To make matters worse, she was sent to a men's prison, where even correctional officers would go out of their way to call her "sir." Diamond fought back: "I became a thorn in their side," she said. "Anytime [someone] would misgender me, I was writing a grievance of sexual harassment."

Diamond's outlook began to change when she discovered that there were other trans women in her prison. It was through them that she learned, a year after she had stopped taking hormones, that she could receive her treatments within the prison system. However, with this came further complications.

"I had to fight for things like a second towel to wrap around my breasts," she said. "They would only give guys towels for the bottom, which would mean I would walk around with my breasts fully exposed with all these men and then have to later be in the yard with these same men. It was a safety issue." Finally, after issuing multiple grievances, Diamond was granted a second towel. A small but important victory.

Diamond found an outlet for her pain in writing music. "A lot of family members wouldn't deal with my mother because of how I was," Diamond said. "I felt like it was my fault. But the thing... for me... I just couldn't continue to live a lie. There had to be something that I could do. So I began to write the words and express how I felt. Like how people treated me, and how I made it through that, and learned to accept who I was, and say 'fuck the world.'" After her release from prison in 2009, Diamond began to realize her musical potential.

In early 2016, music producer Justin Tranter, the man responsible for penning hits like Justin Bieber's "Sorry" and Selena Gomez's "Good For You," came across her music after being sent a video of Diamond performing at a black trans lives matter event. He quickly signed her to a production deal with his company, Facet Records.

"To me, the two most important qualities in an artist are a special vocal tone, and lyrics that matter," said Tranter in an interview. "With in the first 10 seconds of hearing her sing 'I Am Her' a cappella, I heard both of those qualities at the highest level."
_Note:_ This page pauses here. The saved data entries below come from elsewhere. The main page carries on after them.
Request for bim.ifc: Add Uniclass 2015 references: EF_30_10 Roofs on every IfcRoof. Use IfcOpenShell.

First a look at what the model holds.

```python
import ifcopenshell

model = ifcopenshell.open("bim.ifc")
print(model.schema)
print("classifications:", [c.Name for c in model.by_type("IfcClassification")])
for ifc_class in ("IfcDoor", "IfcRoof", "IfcStair", "IfcWall", "IfcWindow"):
    print(ifc_class, len(model.by_type(ifc_class)))
```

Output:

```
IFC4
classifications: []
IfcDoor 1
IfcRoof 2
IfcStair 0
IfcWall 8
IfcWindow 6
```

```python
import ifcopenshell
import ifcopenshell.api.classification

model = ifcopenshell.open("bim.ifc")

system = ifcopenshell.api.classification.add_classification(model, classification="Uniclass 2015")

codes = {
    "IfcRoof": ("EF_30_10", "Roofs"),
}
for ifc_class, (code, name) in codes.items():
    products = model.by_type(ifc_class)
    ifcopenshell.api.classification.add_reference(
        model, products=products, classification=system, identification=code, name=name
    )
    print(code, len(products))

model.write("bim-out.ifc")
```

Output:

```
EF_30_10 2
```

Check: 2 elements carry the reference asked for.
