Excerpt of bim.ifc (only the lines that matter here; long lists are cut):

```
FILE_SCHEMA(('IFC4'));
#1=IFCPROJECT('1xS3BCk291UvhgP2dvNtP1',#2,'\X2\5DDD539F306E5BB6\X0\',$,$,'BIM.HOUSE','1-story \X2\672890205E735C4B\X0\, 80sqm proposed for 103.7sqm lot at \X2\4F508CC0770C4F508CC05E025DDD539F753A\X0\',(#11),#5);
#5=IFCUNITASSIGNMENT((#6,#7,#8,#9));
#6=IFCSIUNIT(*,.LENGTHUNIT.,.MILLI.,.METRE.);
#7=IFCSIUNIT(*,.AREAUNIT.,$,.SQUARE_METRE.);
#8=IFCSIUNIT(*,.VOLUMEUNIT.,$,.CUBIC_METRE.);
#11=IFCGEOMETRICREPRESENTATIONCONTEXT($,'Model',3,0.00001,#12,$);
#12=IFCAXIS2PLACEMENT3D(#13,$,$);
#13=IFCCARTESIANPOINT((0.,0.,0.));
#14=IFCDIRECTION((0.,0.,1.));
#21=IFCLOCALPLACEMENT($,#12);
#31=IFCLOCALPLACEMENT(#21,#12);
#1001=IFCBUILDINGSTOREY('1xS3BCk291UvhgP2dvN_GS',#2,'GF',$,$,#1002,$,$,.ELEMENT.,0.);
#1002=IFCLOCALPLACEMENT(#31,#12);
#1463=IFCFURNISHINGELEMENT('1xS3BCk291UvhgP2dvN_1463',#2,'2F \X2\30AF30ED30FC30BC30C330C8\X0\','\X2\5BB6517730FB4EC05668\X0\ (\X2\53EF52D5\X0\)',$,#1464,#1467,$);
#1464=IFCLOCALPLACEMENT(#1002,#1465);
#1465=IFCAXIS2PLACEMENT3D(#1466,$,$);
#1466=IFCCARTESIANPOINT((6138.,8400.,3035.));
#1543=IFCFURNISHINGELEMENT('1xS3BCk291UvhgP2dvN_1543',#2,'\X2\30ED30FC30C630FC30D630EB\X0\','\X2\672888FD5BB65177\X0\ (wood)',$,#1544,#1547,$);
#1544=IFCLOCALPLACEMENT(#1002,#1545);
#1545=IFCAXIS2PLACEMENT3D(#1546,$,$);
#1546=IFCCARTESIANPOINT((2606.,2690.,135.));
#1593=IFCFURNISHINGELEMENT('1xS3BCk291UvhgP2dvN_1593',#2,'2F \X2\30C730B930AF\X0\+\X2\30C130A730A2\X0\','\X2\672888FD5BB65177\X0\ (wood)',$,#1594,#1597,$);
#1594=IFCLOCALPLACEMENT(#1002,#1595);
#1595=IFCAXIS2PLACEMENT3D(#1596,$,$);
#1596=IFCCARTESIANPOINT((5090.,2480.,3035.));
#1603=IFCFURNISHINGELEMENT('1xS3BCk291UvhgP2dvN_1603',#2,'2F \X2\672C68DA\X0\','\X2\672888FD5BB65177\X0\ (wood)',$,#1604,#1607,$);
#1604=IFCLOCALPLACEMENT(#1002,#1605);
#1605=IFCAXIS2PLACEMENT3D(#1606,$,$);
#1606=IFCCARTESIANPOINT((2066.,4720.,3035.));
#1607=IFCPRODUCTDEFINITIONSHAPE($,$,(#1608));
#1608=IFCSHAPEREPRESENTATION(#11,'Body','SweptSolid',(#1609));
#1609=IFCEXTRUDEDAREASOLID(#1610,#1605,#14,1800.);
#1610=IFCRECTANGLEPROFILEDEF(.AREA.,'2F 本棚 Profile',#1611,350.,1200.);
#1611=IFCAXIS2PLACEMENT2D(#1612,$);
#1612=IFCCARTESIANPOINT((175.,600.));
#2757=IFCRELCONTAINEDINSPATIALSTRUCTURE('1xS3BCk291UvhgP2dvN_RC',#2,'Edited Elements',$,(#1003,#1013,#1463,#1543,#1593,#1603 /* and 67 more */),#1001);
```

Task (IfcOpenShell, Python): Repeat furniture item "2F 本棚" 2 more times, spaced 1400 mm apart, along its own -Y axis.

```python
import ifcopenshell
import ifcopenshell.api.geometry
import ifcopenshell.api.root
import ifcopenshell.util.element
import ifcopenshell.util.placement

model = ifcopenshell.open("bim.ifc")


def reuse_history(source, copy):
    """copy_class also copies each property set's owner history, people and application; keep the originals."""
    for rel in copy.IsDefinedBy:
        if rel.is_a("IfcRelDefinesByProperties") and (history := rel.RelatingPropertyDefinition.OwnerHistory):
            rel.RelatingPropertyDefinition.OwnerHistory = source.OwnerHistory
            ifcopenshell.util.element.remove_deep2(model, history)


source = model.by_id(1603)
base = ifcopenshell.util.placement.get_local_placement(source.ObjectPlacement)
step = -base[:3, 1] * 1400.0

for i in range(1, 3):
    copy = ifcopenshell.api.root.copy_class(model, product=source)
    copy.Representation = ifcopenshell.util.element.copy_deep(
        model, source.Representation, exclude=["IfcGeometricRepresentationContext", "IfcRepresentationMap"]
    )
    reuse_history(source, copy)
    matrix = base.copy()
    matrix[:3, 3] += i * step
    print("added at", matrix[:3, 3].round(3) + 0.0)
    ifcopenshell.api.geometry.edit_object_placement(model, product=copy, matrix=matrix, is_si=False)

model.write("bim_v2.ifc")
```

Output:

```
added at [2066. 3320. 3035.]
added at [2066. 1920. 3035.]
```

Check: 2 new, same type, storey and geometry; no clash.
Asked why he thinks it's taken this long to give trans artists more of a voice within the industry, Tranter responded: "The obvious reasons are transphobia and all the gross bullshit that comes with it. But also I think a lot of music executives make the mistake of thinking that artists who tell very specific stories aren't relatable." 

Tranter thinks the exact opposite: "Just like in great movies, the more attention to detail, the more honesty, the more specific the script, sets, costumes, and actors are, the more we relate to the movie. I think it's the same with singer songwriters."

With an EP on the way in January/February and her debut album expected summer 2017, Diamond hopes to show along with other transgender trailblazers that trans is an identity, not a confine.

"We have to change minds, and in order to change minds, we have to reach their hearts," she said. "We have to let them know that we're not just these gender roles. We are not just the pawns of their jokes. We are not these fetishes. We are mothers. We are artists. We are poets. We are writers."

She continued: "If we are given the opportunity, you'll see that it isn't just one Laverne [Cox], or one Janet [Mock] or one Shea. You'll see that we range all over the world, people are just waiting to be given the opportunity. A lot of people are waiting for these doors to open, but you're gonna wait a long time. We have to be resilient. We have to be forceful. These doors aren't going to open by themselves."

October 17, 2016, 3:09 p.m.: This story has been updated.